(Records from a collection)
•••

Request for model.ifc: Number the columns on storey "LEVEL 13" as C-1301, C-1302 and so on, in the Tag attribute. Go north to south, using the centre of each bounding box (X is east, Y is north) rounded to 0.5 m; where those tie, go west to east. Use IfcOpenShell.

First a look at what the model holds.

```python
import ifcopenshell
import ifcopenshell.util.element
import ifcopenshell.util.placement

model = ifcopenshell.open("model.ifc")
print(model.schema)
storey = next(s for s in model.by_type("IfcBuildingStorey") if s.Name == "LEVEL 13")
columns = [e for e in ifcopenshell.util.element.get_decomposition(storey) if e.is_a("IfcColumn")]
for e in sorted(columns, key=lambda e: e.id()):
    origin = ifcopenshell.util.placement.get_local_placement(e.ObjectPlacement)[:3, 3]
    print(e.id(), e.Tag, e.Name, origin.round(2) + 0.0, sep=" | ")
```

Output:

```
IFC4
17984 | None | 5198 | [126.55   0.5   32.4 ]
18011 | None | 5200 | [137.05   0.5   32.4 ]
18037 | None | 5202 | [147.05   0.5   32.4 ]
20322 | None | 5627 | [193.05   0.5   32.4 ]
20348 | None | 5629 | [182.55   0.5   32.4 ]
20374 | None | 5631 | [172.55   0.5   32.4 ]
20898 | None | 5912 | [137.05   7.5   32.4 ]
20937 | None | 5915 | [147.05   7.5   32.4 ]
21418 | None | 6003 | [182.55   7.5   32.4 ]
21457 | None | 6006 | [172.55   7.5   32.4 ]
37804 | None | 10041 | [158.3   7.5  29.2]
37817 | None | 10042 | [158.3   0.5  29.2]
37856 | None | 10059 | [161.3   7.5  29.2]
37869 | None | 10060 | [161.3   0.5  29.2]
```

```python
import ifcopenshell
import ifcopenshell.geom
import ifcopenshell.util.element
import ifcopenshell.util.shape

model = ifcopenshell.open("model.ifc")
settings = ifcopenshell.geom.settings()
settings.set("use-world-coords", True)


def centre(element):
    shape = ifcopenshell.geom.create_shape(settings, element)
    return ifcopenshell.util.shape.get_bbox_centroid(shape.geometry)


storey = next(s for s in model.by_type("IfcBuildingStorey") if s.Name == "LEVEL 13")
columns = [e for e in ifcopenshell.util.element.get_decomposition(storey) if e.is_a("IfcColumn")]

# Insertion points can sit at a corner or the storey origin, so sort by the geometry (in metres).
centres = {e: centre(e) for e in columns}
columns.sort(key=lambda e: (-round(centres[e][1] / 0.5), centres[e][0]))

for i, e in enumerate(columns, start=1):
    number = f"C-13{i:02d}"
    e.Tag = number
    print(e.id(), number)

model.write("model_edited.ifc")
```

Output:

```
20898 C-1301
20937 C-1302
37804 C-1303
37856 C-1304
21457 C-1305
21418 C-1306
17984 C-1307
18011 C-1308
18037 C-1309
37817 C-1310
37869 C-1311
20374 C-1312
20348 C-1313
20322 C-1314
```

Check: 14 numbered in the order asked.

•••

» **What needs to be done**
Your task is to write out every record exactly.

» **Output of the task**
Request for model.ifc: Number the columns on storey "LEVEL 13" as C-1301, C-1302 and so on, in the Tag attribute. Go north to south, using the centre of each bounding box (X is east, Y is north) rounded to 0.5 m; where those tie, go west to east. Use IfcOpenShell.

First a look at what the model holds.

```python
import ifcopenshell
import ifcopenshell.util.element
import ifcopenshell.util.placement

model = ifcopenshell.open("model.ifc")
print(model.schema)
storey = next(s for s in model.by_type("IfcBuildingStorey") if s.Name == "LEVEL 13")
columns = [e for e in ifcopenshell.util.element.get_decomposition(storey) if e.is_a("IfcColumn")]
for e in sorted(columns, key=lambda e: e.id()):
    origin = ifcopenshell.util.placement.get_local_placement(e.ObjectPlacement)[:3, 3]
    print(e.id(), e.Tag, e.Name, origin.round(2) + 0.0, sep=" | ")
```

Output:

```
IFC4
17984 | None | 5198 | [126.55   0.5   32.4 ]
18011 | None | 5200 | [137.05   0.5   32.4 ]
18037 | None | 5202 | [147.05   0.5   32.4 ]
20322 | None | 5627 | [193.05   0.5   32.4 ]
20348 | None | 5629 | [182.55   0.5   32.4 ]
20374 | None | 5631 | [172.55   0.5   32.4 ]
20898 | None | 5912 | [137.05   7.5   32.4 ]
20937 | None | 5915 | [147.05   7.5   32.4 ]
21418 | None | 6003 | [182.55   7.5   32.4 ]
21457 | None | 6006 | [172.55   7.5   32.4 ]
37804 | None | 10041 | [158.3   7.5  29.2]
37817 | None | 10042 | [158.3   0.5  29.2]
37856 | None | 10059 | [161.3   7.5  29.2]
37869 | None | 10060 | [161.3   0.5  29.2]
```

```python
import ifcopenshell
import ifcopenshell.geom
import ifcopenshell.util.element
import ifcopenshell.util.shape

model = ifcopenshell.open("model.ifc")
settings = ifcopenshell.geom.settings()
settings.set("use-world-coords", True)


def centre(element):
    shape = ifcopenshell.geom.create_shape(settings, element)
    return ifcopenshell.util.shape.get_bbox_centroid(shape.geometry)


storey = next(s for s in model.by_type("IfcBuildingStorey") if s.Name == "LEVEL 13")
columns = [e for e in ifcopenshell.util.element.get_decomposition(storey) if e.is_a("IfcColumn")]

# Insertion points can sit at a corner or the storey origin, so sort by the geometry (in metres).
centres = {e: centre(e) for e in columns}
columns.sort(key=lambda e: (-round(centres[e][1] / 0.5), centres[e][0]))

for i, e in enumerate(columns, start=1):
    number = f"C-13{i:02d}"
    e.Tag = number
    print(e.id(), number)

model.write("model_edited.ifc")
```

Output:

```
20898 C-1301
20937 C-1302
37804 C-1303
37856 C-1304
21457 C-1305
21418 C-1306
17984 C-1307
18011 C-1308
18037 C-1309
37817 C-1310
37869 C-1311
20374 C-1312
20348 C-1313
20322 C-1314
```

Check: 14 numbered in the order asked.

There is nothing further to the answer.